- What to do: Output every record again so that it matches the original word for word.
☆ ☆ ☆ ☆ ☆ ☆ ☆
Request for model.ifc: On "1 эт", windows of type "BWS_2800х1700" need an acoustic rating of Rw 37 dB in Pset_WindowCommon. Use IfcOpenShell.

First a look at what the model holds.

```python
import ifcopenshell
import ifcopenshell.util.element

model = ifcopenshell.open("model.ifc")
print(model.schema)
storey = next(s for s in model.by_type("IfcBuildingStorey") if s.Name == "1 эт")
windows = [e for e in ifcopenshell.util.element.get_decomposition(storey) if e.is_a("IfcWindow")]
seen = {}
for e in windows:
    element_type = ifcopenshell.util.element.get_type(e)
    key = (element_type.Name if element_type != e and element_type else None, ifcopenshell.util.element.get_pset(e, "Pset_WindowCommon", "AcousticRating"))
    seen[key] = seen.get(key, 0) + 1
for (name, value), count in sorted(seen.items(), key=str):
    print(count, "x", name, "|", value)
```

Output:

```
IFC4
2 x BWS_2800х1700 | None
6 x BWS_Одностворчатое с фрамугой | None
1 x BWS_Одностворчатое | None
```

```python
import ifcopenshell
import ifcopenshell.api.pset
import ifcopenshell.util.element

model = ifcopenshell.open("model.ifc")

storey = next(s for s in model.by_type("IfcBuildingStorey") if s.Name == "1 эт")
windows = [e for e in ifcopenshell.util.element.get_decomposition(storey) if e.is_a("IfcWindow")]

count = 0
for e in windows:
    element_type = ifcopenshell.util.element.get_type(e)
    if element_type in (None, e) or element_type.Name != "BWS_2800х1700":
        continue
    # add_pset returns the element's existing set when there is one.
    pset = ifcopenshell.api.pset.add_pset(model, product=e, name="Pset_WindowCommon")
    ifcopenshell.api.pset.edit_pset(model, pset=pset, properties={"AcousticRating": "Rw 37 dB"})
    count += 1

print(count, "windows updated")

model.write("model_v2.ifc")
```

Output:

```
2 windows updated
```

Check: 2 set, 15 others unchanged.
☆ ☆ ☆ ☆ ☆ ☆ ☆
- Answer box:
Request for model.ifc: On "1 эт", windows of type "BWS_2800х1700" need an acoustic rating of Rw 37 dB in Pset_WindowCommon. Use IfcOpenShell.

First a look at what the model holds.

```python
import ifcopenshell
import ifcopenshell.util.element

model = ifcopenshell.open("model.ifc")
print(model.schema)
storey = next(s for s in model.by_type("IfcBuildingStorey") if s.Name == "1 эт")
windows = [e for e in ifcopenshell.util.element.get_decomposition(storey) if e.is_a("IfcWindow")]
seen = {}
for e in windows:
    element_type = ifcopenshell.util.element.get_type(e)
    key = (element_type.Name if element_type != e and element_type else None, ifcopenshell.util.element.get_pset(e, "Pset_WindowCommon", "AcousticRating"))
    seen[key] = seen.get(key, 0) + 1
for (name, value), count in sorted(seen.items(), key=str):
    print(count, "x", name, "|", value)
```

Output:

```
IFC4
2 x BWS_2800х1700 | None
6 x BWS_Одностворчатое с фрамугой | None
1 x BWS_Одностворчатое | None
```

```python
import ifcopenshell
import ifcopenshell.api.pset
import ifcopenshell.util.element

model = ifcopenshell.open("model.ifc")

storey = next(s for s in model.by_type("IfcBuildingStorey") if s.Name == "1 эт")
windows = [e for e in ifcopenshell.util.element.get_decomposition(storey) if e.is_a("IfcWindow")]

count = 0
for e in windows:
    element_type = ifcopenshell.util.element.get_type(e)
    if element_type in (None, e) or element_type.Name != "BWS_2800х1700":
        continue
    # add_pset returns the element's existing set when there is one.
    pset = ifcopenshell.api.pset.add_pset(model, product=e, name="Pset_WindowCommon")
    ifcopenshell.api.pset.edit_pset(model, pset=pset, properties={"AcousticRating": "Rw 37 dB"})
    count += 1

print(count, "windows updated")

model.write("model_v2.ifc")
```

Output:

```
2 windows updated
```

Check: 2 set, 15 others unchanged.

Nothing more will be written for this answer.